An effective goal statement does two jobs. First, it focuses the attention and effort of the team. When the team has a shared understanding of what their task is, they pull in the same direction. When teams have don’t agree on the goal–or the goal is so vague it’s open to many interpretations–team members waste time and brain cycles arguing, working at cross purposes, or doing the wrong work.
Second, a well-formed goal engages the team in a meaningful challenge. An effective goal provides a sense of purpose to the teams work. The goal might be solving an important problem, enabling business, launching a new product, or meeting a customer need. State the goal in a way that taps into purpose.
Take the goal handed down to the FinCore team: “Maintain the FinCore Product.” That goal isn’t enough to get someone out of bed in the morning. It talks about a process (maintenance), but leaves out the purpose. It misses the opportunity to tap into pride-in-work. A more compelling goal might be:
Sustain the FinCore product by adding necessary functionality and ensuring the technical integrity of the code, so we can provide uninterrupted service to 40,000 customers.
Not all work is exciting and sexy, but all work should have a purpose. Making that clear will help people focus and engage.
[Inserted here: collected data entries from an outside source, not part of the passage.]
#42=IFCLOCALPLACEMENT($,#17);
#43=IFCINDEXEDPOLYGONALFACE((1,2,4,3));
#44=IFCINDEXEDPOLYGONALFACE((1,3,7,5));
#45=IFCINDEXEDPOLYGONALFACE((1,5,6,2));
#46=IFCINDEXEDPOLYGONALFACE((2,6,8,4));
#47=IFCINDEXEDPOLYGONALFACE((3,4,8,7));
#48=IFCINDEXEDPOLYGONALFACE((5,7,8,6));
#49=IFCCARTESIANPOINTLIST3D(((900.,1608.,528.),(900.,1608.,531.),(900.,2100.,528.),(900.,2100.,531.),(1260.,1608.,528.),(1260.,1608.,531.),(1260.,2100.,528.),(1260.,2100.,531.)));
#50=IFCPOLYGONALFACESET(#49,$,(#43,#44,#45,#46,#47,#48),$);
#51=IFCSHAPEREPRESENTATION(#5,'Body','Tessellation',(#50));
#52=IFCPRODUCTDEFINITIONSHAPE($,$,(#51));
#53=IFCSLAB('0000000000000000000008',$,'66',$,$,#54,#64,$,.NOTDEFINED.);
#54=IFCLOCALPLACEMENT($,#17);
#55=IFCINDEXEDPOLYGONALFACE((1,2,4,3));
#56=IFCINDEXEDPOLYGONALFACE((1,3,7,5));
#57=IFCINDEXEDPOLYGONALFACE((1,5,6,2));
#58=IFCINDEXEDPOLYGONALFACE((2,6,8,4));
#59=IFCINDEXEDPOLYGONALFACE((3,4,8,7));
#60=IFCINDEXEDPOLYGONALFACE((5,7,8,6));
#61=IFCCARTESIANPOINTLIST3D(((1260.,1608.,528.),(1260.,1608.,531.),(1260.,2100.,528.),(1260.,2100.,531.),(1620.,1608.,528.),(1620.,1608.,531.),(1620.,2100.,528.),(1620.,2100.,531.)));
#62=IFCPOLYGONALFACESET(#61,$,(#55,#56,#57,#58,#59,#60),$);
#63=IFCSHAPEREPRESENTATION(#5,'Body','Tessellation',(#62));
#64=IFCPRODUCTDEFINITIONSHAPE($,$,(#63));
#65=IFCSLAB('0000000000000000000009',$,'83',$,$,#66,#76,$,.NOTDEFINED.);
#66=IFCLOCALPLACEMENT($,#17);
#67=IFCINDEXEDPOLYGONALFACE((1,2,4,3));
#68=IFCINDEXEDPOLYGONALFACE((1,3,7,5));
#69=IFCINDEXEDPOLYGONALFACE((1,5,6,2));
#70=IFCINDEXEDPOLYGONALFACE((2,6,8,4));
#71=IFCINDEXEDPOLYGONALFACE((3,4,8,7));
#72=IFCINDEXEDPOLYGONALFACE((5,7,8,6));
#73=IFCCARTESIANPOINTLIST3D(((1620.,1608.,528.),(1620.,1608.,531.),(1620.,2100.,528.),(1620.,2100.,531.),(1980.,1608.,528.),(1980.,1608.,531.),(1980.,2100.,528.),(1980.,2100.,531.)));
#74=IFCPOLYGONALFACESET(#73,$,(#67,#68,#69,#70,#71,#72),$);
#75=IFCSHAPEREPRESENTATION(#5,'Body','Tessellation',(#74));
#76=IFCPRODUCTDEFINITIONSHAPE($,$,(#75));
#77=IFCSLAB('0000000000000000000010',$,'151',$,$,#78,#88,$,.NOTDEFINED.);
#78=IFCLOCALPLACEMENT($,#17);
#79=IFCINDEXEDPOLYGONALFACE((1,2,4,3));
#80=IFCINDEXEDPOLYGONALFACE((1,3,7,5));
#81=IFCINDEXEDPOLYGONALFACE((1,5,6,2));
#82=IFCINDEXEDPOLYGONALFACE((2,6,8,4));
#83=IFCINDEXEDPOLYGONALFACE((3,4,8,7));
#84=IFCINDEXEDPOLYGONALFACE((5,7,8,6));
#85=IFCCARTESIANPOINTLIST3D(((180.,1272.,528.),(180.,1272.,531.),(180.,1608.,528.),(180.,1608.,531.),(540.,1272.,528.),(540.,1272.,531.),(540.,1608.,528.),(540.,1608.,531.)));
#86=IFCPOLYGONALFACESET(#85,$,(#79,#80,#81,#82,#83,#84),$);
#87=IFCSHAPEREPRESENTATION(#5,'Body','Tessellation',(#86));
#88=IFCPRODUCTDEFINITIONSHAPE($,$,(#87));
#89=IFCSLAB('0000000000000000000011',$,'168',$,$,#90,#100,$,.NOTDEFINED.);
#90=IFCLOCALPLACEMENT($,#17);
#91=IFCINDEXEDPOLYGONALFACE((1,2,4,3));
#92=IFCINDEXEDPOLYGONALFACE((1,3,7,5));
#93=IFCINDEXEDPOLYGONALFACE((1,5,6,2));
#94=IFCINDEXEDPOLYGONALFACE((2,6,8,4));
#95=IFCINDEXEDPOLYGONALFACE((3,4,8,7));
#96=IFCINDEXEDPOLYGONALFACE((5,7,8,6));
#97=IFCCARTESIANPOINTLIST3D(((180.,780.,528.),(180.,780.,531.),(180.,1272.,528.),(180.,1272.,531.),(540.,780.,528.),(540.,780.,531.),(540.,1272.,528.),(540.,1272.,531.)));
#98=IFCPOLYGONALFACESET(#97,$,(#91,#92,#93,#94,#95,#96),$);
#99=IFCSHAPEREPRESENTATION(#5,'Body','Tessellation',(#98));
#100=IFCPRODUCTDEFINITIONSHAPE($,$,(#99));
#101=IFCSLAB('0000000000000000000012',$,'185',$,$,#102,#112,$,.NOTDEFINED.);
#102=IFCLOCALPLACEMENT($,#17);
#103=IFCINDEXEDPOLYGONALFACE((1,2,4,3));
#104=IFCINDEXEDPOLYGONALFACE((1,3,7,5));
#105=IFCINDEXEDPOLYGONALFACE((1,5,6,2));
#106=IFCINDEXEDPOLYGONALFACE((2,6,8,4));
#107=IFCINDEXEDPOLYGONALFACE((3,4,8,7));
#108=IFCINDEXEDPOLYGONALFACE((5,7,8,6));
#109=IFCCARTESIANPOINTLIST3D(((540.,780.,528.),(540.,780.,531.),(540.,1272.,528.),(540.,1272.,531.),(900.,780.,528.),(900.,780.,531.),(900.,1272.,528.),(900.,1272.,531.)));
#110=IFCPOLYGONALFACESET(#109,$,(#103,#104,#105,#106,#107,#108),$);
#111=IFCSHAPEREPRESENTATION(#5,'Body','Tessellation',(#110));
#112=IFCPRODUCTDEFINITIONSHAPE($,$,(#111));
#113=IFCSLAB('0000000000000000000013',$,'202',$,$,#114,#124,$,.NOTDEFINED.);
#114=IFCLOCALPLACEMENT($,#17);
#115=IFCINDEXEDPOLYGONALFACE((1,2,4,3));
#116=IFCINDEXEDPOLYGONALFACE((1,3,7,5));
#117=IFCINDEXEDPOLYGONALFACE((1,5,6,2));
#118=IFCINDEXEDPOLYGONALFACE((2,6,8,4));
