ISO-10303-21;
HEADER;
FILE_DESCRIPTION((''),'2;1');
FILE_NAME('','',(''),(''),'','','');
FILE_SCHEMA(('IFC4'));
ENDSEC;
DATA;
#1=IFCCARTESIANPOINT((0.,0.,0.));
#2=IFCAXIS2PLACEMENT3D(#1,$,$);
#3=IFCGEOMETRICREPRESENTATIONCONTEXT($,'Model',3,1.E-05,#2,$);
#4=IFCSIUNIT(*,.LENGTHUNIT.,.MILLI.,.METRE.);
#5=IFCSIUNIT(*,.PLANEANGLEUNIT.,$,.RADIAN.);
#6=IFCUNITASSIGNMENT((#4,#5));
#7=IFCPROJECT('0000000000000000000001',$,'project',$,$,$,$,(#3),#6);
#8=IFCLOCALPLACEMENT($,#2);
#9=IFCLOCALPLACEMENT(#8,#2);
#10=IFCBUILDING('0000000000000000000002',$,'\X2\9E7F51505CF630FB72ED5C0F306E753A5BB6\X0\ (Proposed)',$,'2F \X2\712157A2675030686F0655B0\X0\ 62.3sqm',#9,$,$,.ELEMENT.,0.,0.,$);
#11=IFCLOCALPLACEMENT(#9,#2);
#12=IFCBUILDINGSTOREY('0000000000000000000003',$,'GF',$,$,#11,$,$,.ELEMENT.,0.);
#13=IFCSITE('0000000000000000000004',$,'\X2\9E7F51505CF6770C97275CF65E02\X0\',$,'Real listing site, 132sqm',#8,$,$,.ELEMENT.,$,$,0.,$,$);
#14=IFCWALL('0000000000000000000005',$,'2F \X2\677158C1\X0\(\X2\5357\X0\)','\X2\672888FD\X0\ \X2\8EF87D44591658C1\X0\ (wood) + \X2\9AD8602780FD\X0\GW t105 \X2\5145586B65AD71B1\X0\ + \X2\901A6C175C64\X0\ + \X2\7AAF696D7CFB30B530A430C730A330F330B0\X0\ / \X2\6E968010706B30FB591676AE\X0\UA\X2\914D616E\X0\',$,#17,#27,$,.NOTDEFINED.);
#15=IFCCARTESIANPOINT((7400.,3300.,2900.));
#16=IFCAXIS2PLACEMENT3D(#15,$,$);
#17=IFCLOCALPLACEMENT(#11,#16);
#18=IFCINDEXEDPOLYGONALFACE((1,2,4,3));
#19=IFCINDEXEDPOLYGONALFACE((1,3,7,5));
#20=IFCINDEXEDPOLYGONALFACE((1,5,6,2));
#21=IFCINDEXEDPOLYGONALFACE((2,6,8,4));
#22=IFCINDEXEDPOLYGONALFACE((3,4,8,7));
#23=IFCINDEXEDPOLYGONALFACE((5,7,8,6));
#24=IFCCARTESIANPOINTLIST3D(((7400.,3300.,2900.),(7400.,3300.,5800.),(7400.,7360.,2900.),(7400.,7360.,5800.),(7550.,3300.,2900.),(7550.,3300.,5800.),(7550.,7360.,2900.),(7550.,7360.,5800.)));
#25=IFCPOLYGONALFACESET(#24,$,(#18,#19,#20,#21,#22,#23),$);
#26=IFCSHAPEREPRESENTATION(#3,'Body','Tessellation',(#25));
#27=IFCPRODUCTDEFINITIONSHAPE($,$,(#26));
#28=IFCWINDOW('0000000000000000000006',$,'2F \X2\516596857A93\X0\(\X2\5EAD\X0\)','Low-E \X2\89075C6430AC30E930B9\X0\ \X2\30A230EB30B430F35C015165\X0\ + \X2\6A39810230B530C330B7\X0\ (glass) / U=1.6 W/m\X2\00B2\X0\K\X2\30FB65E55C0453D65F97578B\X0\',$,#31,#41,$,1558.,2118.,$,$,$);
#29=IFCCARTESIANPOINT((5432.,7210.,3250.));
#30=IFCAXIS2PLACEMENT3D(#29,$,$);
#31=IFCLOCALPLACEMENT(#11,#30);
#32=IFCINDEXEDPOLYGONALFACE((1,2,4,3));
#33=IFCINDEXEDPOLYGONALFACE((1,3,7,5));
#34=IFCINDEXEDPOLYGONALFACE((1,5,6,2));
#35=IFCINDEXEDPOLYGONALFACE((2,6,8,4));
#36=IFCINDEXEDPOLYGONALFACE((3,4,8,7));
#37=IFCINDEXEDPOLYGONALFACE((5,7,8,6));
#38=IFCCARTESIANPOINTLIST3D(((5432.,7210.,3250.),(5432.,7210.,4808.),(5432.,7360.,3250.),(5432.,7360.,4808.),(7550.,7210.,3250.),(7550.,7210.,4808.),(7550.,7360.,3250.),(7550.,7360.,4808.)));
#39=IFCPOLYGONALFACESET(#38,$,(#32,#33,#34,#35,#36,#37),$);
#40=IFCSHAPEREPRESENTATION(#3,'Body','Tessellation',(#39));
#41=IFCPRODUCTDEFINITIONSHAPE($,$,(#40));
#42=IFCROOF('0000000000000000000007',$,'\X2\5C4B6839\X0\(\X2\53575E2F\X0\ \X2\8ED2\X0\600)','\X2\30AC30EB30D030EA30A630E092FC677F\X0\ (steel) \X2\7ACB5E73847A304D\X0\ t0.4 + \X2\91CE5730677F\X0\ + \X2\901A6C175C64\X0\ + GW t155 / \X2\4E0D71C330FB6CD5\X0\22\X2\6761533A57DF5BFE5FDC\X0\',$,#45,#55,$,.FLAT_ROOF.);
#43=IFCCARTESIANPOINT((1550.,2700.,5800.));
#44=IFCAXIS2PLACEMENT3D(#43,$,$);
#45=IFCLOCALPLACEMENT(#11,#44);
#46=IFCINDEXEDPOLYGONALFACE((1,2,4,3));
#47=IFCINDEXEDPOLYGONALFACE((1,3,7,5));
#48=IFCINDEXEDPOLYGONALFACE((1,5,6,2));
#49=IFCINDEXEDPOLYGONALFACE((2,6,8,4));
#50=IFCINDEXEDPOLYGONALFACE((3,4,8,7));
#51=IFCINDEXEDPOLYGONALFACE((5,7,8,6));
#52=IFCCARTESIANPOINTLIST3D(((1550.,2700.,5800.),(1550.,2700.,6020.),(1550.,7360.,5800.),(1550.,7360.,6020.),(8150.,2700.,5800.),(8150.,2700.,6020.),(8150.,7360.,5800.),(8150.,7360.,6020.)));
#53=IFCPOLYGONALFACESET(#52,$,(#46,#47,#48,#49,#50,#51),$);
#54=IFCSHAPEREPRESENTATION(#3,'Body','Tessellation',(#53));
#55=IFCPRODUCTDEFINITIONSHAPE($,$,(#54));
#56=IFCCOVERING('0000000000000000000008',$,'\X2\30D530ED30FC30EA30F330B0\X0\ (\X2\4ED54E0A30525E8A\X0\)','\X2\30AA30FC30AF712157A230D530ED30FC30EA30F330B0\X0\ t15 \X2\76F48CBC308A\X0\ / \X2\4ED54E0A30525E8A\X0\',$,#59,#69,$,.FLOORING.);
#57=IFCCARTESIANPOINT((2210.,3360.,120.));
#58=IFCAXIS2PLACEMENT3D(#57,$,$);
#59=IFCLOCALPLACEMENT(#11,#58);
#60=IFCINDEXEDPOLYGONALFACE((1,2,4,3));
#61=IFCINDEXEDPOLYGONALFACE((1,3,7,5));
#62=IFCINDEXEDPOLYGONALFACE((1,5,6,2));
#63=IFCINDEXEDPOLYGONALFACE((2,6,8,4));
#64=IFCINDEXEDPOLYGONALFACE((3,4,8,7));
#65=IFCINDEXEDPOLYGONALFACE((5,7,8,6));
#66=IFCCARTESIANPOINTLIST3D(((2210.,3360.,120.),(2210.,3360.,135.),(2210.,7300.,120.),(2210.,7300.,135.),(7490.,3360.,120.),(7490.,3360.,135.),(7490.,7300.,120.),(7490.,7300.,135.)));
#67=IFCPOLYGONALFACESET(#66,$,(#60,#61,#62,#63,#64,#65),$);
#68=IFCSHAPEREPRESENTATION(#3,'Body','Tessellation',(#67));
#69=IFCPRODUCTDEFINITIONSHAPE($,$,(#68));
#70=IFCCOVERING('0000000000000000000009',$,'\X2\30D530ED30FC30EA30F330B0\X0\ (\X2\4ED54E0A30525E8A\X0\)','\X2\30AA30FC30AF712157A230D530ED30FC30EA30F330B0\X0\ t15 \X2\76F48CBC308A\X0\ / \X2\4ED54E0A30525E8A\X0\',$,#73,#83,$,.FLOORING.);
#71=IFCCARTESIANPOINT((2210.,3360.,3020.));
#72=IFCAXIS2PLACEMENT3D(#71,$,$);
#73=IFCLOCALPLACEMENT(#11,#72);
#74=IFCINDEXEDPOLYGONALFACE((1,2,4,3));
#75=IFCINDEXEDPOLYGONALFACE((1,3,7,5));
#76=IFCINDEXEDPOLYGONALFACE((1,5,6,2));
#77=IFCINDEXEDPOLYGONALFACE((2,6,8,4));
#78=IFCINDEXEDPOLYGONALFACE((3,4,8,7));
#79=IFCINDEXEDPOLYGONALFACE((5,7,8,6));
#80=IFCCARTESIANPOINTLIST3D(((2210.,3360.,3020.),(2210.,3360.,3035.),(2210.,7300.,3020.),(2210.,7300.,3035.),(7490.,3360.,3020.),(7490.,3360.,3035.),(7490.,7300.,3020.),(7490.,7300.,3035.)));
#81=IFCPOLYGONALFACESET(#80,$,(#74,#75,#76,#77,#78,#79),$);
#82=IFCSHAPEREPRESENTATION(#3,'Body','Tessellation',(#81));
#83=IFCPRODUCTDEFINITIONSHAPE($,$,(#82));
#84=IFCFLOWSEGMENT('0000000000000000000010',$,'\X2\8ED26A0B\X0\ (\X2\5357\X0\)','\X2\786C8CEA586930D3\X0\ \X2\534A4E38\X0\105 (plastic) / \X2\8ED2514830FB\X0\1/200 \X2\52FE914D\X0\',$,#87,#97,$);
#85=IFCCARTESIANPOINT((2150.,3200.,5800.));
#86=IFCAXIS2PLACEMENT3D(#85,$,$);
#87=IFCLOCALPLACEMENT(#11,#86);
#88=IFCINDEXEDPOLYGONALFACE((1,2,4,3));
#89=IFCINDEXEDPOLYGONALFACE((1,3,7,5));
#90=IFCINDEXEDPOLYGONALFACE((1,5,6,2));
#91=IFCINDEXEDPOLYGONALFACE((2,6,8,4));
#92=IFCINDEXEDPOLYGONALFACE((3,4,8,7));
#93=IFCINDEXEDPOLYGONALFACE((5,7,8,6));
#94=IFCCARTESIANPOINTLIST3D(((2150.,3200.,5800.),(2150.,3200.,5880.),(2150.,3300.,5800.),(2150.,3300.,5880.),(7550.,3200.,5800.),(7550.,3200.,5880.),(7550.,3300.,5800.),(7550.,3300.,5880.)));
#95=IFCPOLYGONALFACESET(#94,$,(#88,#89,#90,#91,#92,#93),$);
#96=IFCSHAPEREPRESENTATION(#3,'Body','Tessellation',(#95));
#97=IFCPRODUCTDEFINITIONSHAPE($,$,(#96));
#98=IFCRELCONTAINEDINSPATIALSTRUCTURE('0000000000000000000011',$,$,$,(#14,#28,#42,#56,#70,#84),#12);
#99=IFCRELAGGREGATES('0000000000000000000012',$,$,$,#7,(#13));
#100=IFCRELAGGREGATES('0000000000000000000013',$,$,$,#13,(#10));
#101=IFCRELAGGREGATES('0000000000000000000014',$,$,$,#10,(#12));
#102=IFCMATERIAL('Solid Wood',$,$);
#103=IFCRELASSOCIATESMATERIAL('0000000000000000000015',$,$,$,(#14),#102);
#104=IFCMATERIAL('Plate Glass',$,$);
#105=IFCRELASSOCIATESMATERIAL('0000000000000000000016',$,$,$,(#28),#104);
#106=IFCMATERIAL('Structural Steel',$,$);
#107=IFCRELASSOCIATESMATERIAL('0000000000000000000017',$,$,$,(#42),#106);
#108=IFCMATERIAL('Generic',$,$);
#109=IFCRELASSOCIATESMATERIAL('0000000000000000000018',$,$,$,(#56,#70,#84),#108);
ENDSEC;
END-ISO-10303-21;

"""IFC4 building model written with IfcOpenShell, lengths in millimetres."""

from ifc_helpers import new_model, si_unit, frame, frame_2d, origin, place, context, project, spatial, rectangle, extrude, material, element, fill, save


model = new_model("IFC4")

# Units and contexts
model_context = context("Model", 3, precision=1e-05, world=origin())
ifc_project = project(units=[si_unit("LENGTHUNIT", "METRE", prefix="MILLI"), si_unit("PLANEANGLEUNIT", "RADIAN")], contexts=[model_context])

# Site, building, storey
site_placement = place(None, origin())
site = spatial("IfcSite", under=ifc_project, at=site_placement, Name="鹿児島県霧島市", ObjectType="Real listing site, 132sqm", CompositionType="ELEMENT", RefElevation=0.0)
building_placement = place(site_placement, origin())
building = spatial("IfcBuilding", under=site, at=building_placement, Name="鹿児島・狭小の町家 (Proposed)", ObjectType="2F 無垢材と漆喰 62.3sqm", CompositionType="ELEMENT", ElevationOfRefHeight=0.0, ElevationOfTerrain=0.0)
storey_placement = place(building_placement, origin())
storey = spatial("IfcBuildingStorey", under=building, at=storey_placement, Name="GF", CompositionType="ELEMENT", Elevation=0.0)

# Shared definitions
ifc_material_1 = material(Name="Solid Wood")

# Wall, opening, window
ifc_material_2 = material(Name="Plate Glass")
wall_1_placement = place(storey_placement, frame((7400.0, 3300.0, 2900.0)))
wall_1 = element("IfcWall", 1, at=wall_1_placement, inside=storey, material=ifc_material_1, Name="2F 東壁(南)", Description="木製 軸組外壁 (wood) + 高性能GW t105 充填断熱 + 通気層 + 窯業系サイディング / 準耐火・外皮UA配慮", PredefinedType="NOTDEFINED", context=model_context, shape_type="SweptSolid", body=[
    extrude(rectangle(XDim=150.0, YDim=4060.0, at=frame_2d((75.0, 2030.0))), frame((7400.0, 3300.0, 2900.0)), (0.0, 0.0, 1.0), 2900.0),
])
opening_1_placement = place(storey_placement, frame((5432.0, 7210.0, 3250.0)))
opening_1 = element("IfcOpeningElement", 2, at=opening_1_placement, cuts=wall_1, PredefinedType="NOTDEFINED", context=model_context, shape_type="SweptSolid", body=[
    extrude(rectangle(XDim=2118.0, YDim=150.0, at=frame_2d((1059.0, 75.0))), frame((5432.0, 7210.0, 3250.0)), (0.0, 0.0, 1.0), 1558.0),
])
window_1_placement = place(storey_placement, frame((5432.0, 7210.0, 3250.0)))
window_1 = element("IfcWindow", 3, at=window_1_placement, inside=storey, material=ifc_material_2, Name="2F 入隅窓(庭)", Description="Low-E 複層ガラス アルゴン封入 + 樹脂サッシ (glass) / U=1.6 W/m²K・日射取得型", OverallHeight=1558.0, OverallWidth=2118.0, context=model_context, shape_type="SweptSolid", body=[
    extrude(rectangle(XDim=2118.0, YDim=150.0, at=frame_2d((1059.0, 75.0))), frame((5432.0, 7210.0, 3250.0)), (0.0, 0.0, 1.0), 1558.0),
])
fill(opening_1, window_1)

# Roof
ifc_material_3 = material(Name="Structural Steel")
for number, where, name in (
    (4, (1550.0, 2700.0, 5800.0), "屋根(南帯 軒600)"),
):
    element("IfcRoof", number, at=place(storey_placement, frame(where)), inside=storey, material=ifc_material_3, Name=name, Description="ガルバリウム鋼板 (steel) 立平葺き t0.4 + 野地板 + 通気層 + GW t155 / 不燃・法22条区域対応", PredefinedType="FLAT_ROOF", context=model_context, shape_type="SweptSolid", body=[
        extrude(rectangle(XDim=6600.0, YDim=4660.0, at=frame_2d((3300.0, 2330.0))), frame((1550.0, 2700.0, 5800.0)), (0.0, 0.0, 1.0), 220.0),
    ])

# Coverings
ifc_material_4 = material(Name="Generic")
covering_1_placement = place(storey_placement, frame((2210.0, 3360.0, 120.0)))
element("IfcCovering", 5, at=covering_1_placement, inside=storey, material=ifc_material_4, Name="フローリング (仕上げ床)", Description="オーク無垢フローリング t15 直貼り / 仕上げ床", PredefinedType="FLOORING", context=model_context, shape_type="SweptSolid", body=[
    extrude(rectangle(XDim=5280.0, YDim=3940.0, at=frame_2d((2640.0, 1970.0))), frame((2210.0, 3360.0, 120.0)), (0.0, 0.0, 1.0), 15.0),
])
covering_2_placement = place(storey_placement, frame((2210.0, 3360.0, 3020.0)))
element("IfcCovering", 6, at=covering_2_placement, inside=storey, material=ifc_material_4, Name="フローリング (仕上げ床)", Description="オーク無垢フローリング t15 直貼り / 仕上げ床", PredefinedType="FLOORING", context=model_context, shape_type="SweptSolid", body=[
    extrude(rectangle(XDim=5280.0, YDim=3940.0, at=frame_2d((2640.0, 1970.0))), frame((2210.0, 3360.0, 3020.0)), (0.0, 0.0, 1.0), 15.0),
])

# Flow segment
flow_segment_placement = place(storey_placement, frame((2150.0, 3200.0, 5800.0)))
element("IfcFlowSegment", 7, at=flow_segment_placement, inside=storey, material=ifc_material_4, Name="軒樋 (南)", Description="硬質塩ビ 半丸105 (plastic) / 軒先・1/200 勾配", context=model_context, shape_type="SweptSolid", body=[
    extrude(rectangle(XDim=5400.0, YDim=100.0, at=frame_2d((2700.0, 50.0))), frame((2150.0, 3200.0, 5800.0)), (0.0, 0.0, 1.0), 80.0),
])

save(model, "model.ifc")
The right people and a compelling goal are a good start. But if you neglect the pillars of support, the team may still wallow. The pillars of support are:
Information related to the situation, domain, problem and technology. These reinforce the goal, and provide the context for the team to make good decisions.
Material support, such as machines, tools, facilities, adequate budget, and supplies. Adequate material support communicates that the work of the team is important. Starving a team for resources undercuts the goal and creates cynicism. Paradoxically, providing too much isn’t good either. A certain level of constraint can drive creativity (and over constraint kills it).
Expertise to supplement the knowledge and skills of the team when needed. Even when the team has all the skills required by the task, they may need an expert eye for consulting or reviewing. Sometimes there is some aspect of the work that requires scarce knowledge. They may need to consult with SMEs. It may not make sense to develop that knowledge on the team, or it may only be needed for a short time.
Feedback loops that connect the team to the organization. The team needs to hear how their product is being used in production and the impacts it is having within the organization.
If any one of these pillars is missing, you’ve put the team at a disadvantage.
Managers should spend 1:1 time with team-members at a frequency that feels right. This is not a task update meeting – this is time for coaching and mentorship. Ask about HR concerns. For many agile teams, traditional job descriptions, career paths, and other personnel systems don’t fit agile work very well, so you want to know when there’s dissatisfaction and understand when and how policies are getting in the way.
At the organizational level, managers can often see potential impacts across teams that they cannot see, so make sure those teams talk to each other to work out them out.
When teams are working well, managers don’t need intervene. The hard work is in establishing a real team and ensuring enabling conditions are in place. When managers of self-sufficient teams feel like they aren’t doing much, it’s a sign they’ve succeeded. But managers shouldn’t abandon the team. Teams need support and a connection to the organization.
Don’t tamper if things are working. Ask what is getting in the way, and go fix it. Ask what the team needs, and obtain it for them. Ask what you can do to help. If the team says “nothing,” don’t inflict help.